Oh, I went to the community club near my place, they have lots of classes, cheap ones. Like $10 per class.


----------



## lonesomeboy (Aug 29, 2005)

For me I spend most of my time watching movies, TV Shows, playing games, internet, walking the dog. I do work full time also so I try to bury myself in that.
Its a pretty sad existence.


----------



## Eastcoastgrl (Dec 9, 2012)

I'm married also but my husband works 70+ hours a week. I spend time with my baby and take her to a "class" or library lapsit 3x a week and spend a ridiculous amount of time at Target just to get out of the house.


----------



## Rich19 (Aug 11, 2012)

kayprc said:


> I'm in the exact same predicament as you are. It gets lonely. Work used to be my outlet but I lost my job a few months ago. Try to find a hobby. Things that interest you. I wish I could of more help but I honestly don't know how I get thru most days. I have three kids so they keep me busy. But even with that it gets monotonous. I used to have a best friend we were friends since we were 12 but my boyfriend didn't like her so I let her go. we used to do everything together. I am not an ugly woman either and I used to think I didn't have friends because of the way I look but I'm sorry to say that's not true. Like beautiful woman have friends. They have more friends than they want or need sometimes. It's all on you and how people perceive you. If you walk in a room with the notion that no one is gonna like you then that's the response you're gonna get from people. I wish you lived in New York we could have been friends lol.

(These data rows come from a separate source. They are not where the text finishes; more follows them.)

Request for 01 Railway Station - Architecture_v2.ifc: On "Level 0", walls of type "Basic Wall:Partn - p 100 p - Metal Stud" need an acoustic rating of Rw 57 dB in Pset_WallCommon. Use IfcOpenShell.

First a look at what the model holds.

```python
import ifcopenshell
import ifcopenshell.util.element

model = ifcopenshell.open("01 Railway Station - Architecture_v2.ifc")
print(model.schema)
storey = next(s for s in model.by_type("IfcBuildingStorey") if s.Name == "Level 0")
walls = [e for e in ifcopenshell.util.element.get_decomposition(storey) if e.is_a("IfcWall")]
seen = {}
for e in walls:
    element_type = ifcopenshell.util.element.get_type(e)
    key = (element_type.Name if element_type != e and element_type else None, ifcopenshell.util.element.get_pset(e, "Pset_WallCommon", "AcousticRating"))
    seen[key] = seen.get(key, 0) + 1
for (name, value), count in sorted(seen.items(), key=str):
    print(count, "x", name, "|", value)
```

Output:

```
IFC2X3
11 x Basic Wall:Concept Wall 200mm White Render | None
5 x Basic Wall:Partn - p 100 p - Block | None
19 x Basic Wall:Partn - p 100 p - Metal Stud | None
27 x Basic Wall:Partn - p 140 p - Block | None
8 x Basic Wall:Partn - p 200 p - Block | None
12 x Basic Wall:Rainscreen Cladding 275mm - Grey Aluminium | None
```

```python
import ifcopenshell
import ifcopenshell.api.pset
import ifcopenshell.util.element

model = ifcopenshell.open("01 Railway Station - Architecture_v2.ifc")

storey = next(s for s in model.by_type("IfcBuildingStorey") if s.Name == "Level 0")
walls = [e for e in ifcopenshell.util.element.get_decomposition(storey) if e.is_a("IfcWall")]

count = 0
for e in walls:
    element_type = ifcopenshell.util.element.get_type(e)
    if element_type in (None, e) or element_type.Name != "Basic Wall:Partn - p 100 p - Metal Stud":
        continue
    # add_pset returns the element's existing set when there is one.
    pset = ifcopenshell.api.pset.add_pset(model, product=e, name="Pset_WallCommon")
    ifcopenshell.api.pset.edit_pset(model, pset=pset, properties={"AcousticRating": "Rw 57 dB"})
    count += 1

print(count, "walls updated")

model.write("01 Railway Station - Architecture_v2_rev.ifc")
```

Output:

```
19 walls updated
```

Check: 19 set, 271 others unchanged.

Yout BF made u give up your only freind that you had since you were twelve. Does he love you at all???


----------



## Evo1114 (Dec 9, 2012)

I'm in 2 yoga classes, a pilates class, and a cross-fitness class. Without that I'd probably be depressed lonely. Right now I'm just lonely without the depressed. Keeps me fit, reduces stress, and gets me out of the house, doing things with people who have similar interests. Although I haven't made any friends that I could like call and hang out with on a Saturday night, I feel that everybody in my classes would lend a hand if I ever needed it.


----------



## KevOh (Dec 17, 2012)

Internet, gaming, kids, download tv series/movies, cry myself to sleep, wait for death.


----------



## darkraincloud (Dec 11, 2012)

I haven't worked in three years, only have one friend I never even hang out with, yet I almost never experience boredom. I'm on the internet a lot. I watch TV. I read. I work out. I ride my bike. I play with my cat. I draw. I crochet. I write short stories. Sometimes I meet people to play board games. That's enough, strangely. I feel guilty that it's enough, but it's enough for me.


----------



## Nick9075 (May 25, 2010)

darkraincloud said:


> I haven't worked in three years, only have one friend I never even hang out with, yet I almost never experience boredom. I'm on the internet a lot. I watch TV. I read. I work out. I ride my bike. I play with my cat. I draw. I crochet. I write short stories. Sometimes I meet people to play board games. That's enough, strangely. I feel guilty that it's enough, but it's enough for me.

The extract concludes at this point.